OSI Systems, the company behind Rapiscan airport security scanners and medical monitoring equipment, is now facing class-action lawsuits after the INC Ransom group claimed responsibility for a breach last December.

The ransomware group posted about the breach on the dark web on December 30, 2025, claiming 250GB of confidential data including company and client information. OSI completed its review on February 10, 2026 and began mailing breach notification letters on March 11.

The supply chain angle: OSI Systems provides security screening equipment to airports, government agencies, and ports worldwide. Any compromise of their systems or client data could have national security implications beyond typical corporate breaches.

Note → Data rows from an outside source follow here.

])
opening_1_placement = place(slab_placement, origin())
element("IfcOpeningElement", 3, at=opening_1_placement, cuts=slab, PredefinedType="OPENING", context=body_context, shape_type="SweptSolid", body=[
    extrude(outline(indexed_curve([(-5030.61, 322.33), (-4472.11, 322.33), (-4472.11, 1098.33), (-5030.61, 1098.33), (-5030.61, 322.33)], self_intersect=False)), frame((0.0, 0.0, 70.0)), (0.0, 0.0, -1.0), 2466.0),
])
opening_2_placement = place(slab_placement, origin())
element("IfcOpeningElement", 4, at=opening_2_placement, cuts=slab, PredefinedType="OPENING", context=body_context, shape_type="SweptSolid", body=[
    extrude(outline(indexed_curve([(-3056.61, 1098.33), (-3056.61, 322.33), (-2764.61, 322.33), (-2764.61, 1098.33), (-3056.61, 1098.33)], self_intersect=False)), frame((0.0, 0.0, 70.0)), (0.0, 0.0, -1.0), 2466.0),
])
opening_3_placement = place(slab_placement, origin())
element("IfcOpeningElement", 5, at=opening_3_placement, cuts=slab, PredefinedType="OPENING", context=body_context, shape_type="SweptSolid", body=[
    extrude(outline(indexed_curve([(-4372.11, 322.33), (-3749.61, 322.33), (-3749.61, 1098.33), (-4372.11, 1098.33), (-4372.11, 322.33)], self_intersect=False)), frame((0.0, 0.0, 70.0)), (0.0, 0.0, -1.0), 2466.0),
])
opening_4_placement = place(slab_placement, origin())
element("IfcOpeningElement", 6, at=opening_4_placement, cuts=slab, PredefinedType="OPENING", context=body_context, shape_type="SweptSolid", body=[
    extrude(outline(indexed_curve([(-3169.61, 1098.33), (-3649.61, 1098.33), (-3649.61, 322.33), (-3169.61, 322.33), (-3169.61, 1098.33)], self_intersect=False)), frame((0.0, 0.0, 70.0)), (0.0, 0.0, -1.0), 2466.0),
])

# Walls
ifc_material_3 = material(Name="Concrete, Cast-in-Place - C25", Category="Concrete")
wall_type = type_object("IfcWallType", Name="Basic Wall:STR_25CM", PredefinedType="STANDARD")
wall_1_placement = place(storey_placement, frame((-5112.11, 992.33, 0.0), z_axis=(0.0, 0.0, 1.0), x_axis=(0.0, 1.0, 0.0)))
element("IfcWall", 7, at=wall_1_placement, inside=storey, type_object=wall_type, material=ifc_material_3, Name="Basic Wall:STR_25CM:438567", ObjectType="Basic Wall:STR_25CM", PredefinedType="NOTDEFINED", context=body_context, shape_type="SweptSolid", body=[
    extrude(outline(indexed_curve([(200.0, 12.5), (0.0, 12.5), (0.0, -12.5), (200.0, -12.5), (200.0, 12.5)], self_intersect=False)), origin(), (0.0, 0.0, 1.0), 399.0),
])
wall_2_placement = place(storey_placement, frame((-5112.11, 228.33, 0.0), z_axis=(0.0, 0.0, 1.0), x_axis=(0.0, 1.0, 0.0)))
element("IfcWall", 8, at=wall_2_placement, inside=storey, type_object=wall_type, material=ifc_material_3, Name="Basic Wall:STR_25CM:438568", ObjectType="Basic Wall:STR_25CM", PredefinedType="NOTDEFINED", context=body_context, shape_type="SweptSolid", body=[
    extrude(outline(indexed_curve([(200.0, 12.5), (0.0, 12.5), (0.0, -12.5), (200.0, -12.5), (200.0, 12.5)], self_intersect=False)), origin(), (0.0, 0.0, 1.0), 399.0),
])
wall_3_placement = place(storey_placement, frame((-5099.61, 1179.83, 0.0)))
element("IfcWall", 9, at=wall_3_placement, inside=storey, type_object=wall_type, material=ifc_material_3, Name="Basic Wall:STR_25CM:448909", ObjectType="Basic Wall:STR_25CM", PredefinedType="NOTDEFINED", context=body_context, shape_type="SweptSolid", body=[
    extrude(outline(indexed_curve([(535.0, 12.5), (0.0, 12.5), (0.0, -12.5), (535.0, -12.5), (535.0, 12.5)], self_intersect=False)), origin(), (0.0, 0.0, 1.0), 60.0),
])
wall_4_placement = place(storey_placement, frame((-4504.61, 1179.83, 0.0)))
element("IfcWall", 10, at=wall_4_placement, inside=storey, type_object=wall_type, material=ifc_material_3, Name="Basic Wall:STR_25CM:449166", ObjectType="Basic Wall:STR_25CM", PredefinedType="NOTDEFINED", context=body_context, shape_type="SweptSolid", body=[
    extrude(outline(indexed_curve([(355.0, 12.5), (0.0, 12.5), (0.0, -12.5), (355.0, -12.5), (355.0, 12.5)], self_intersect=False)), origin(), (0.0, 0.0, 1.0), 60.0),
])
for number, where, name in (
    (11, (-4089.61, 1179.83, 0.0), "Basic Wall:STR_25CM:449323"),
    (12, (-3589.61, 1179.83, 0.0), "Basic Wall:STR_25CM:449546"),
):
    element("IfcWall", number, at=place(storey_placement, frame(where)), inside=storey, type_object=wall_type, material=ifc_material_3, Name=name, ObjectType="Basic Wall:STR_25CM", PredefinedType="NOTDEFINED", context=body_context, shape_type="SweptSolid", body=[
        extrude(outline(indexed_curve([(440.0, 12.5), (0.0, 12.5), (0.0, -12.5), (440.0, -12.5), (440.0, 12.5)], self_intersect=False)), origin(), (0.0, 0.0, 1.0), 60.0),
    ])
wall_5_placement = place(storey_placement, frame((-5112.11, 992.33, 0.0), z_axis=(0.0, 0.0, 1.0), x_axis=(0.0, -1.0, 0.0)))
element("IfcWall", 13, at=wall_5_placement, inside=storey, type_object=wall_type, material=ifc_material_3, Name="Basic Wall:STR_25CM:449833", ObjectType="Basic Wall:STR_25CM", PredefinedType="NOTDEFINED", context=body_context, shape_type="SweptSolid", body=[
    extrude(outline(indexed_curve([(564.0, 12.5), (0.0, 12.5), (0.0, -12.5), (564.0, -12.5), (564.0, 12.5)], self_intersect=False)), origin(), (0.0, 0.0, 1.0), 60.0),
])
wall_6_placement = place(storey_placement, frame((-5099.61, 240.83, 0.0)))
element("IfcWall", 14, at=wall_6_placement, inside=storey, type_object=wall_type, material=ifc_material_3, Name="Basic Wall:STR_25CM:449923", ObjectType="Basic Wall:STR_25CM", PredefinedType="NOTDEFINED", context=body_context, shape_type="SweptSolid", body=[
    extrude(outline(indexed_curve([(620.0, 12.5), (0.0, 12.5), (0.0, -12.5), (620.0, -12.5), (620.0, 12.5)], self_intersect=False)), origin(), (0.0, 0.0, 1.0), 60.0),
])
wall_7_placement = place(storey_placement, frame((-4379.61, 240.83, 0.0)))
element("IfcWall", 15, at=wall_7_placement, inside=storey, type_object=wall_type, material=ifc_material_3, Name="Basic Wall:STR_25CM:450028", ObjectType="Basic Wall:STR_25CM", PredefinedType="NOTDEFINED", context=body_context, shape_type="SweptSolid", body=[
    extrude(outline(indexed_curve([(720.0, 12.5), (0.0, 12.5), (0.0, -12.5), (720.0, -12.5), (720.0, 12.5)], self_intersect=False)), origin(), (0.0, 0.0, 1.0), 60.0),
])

🟡 England Hockey: AiLock Ransomware Listing

Severity: Moderate | Investigating: March 2026

England Hockey, the governing body for the sport in England, confirmed it is investigating after the AiLock ransomware group listed the organization on its leak site. The full scope remains unclear.

Why sports governing bodies matter: While seemingly low-profile, sports organizations handle membership databases, minor athlete information, safeguarding records, and financial data. The UK’s National Cyber Security Centre has repeatedly warned that sports organizations are increasingly targeted due to their combination of valuable data and limited cybersecurity resources.

The Patterns This Week

Three trends emerge from this week’s breach landscape:

1. Supply Chain Cascades Are Accelerating

The Telus breach originated from the Salesloft Drift breach, which originated from compromised Salesforce instances. One breach begetting the next through stolen credentials and exposed secrets is becoming the dominant attack pattern of 2026. Your security is only as strong as your weakest vendor.

2. Canada Is Under Siege

Three of this week’s major breaches — Telus, Loblaw, and Bell Ambulance’s parent operations — hit Canadian organizations. This follows a broader trend of increased targeting of Canadian critical infrastructure and may be connected to geopolitical shifts in the Five Eyes intelligence-sharing alliance.

3. The BPO Risk Is Systemic

Telus Digital handles BPO operations for at least 28 major companies. When a BPO provider is breached, every client is potentially compromised. If you outsource any customer-facing operations, this week should trigger an urgent review of your third-party risk management program.

What Should You Do?

  • Check your Telus exposure. If any of your vendors use Telus Digital for BPO services, assume your data may be compromised and begin monitoring for unauthorized access.
  • Audit HR platform security. The Starbucks breach highlights that employee data in third-party HR systems is a growing target. Review access controls and data minimization practices.
  • Review breach notification timelines. OSI Systems took nearly three months from breach to notification. Ensure your incident response plan includes realistic notification timelines that comply with evolving state and federal requirements.
  • Monitor for credential stuffing. Loblaw’s forced logouts suggest credential data may be in the wild. If your users share passwords across services (and they do), expect credential stuffing attacks leveraging this data.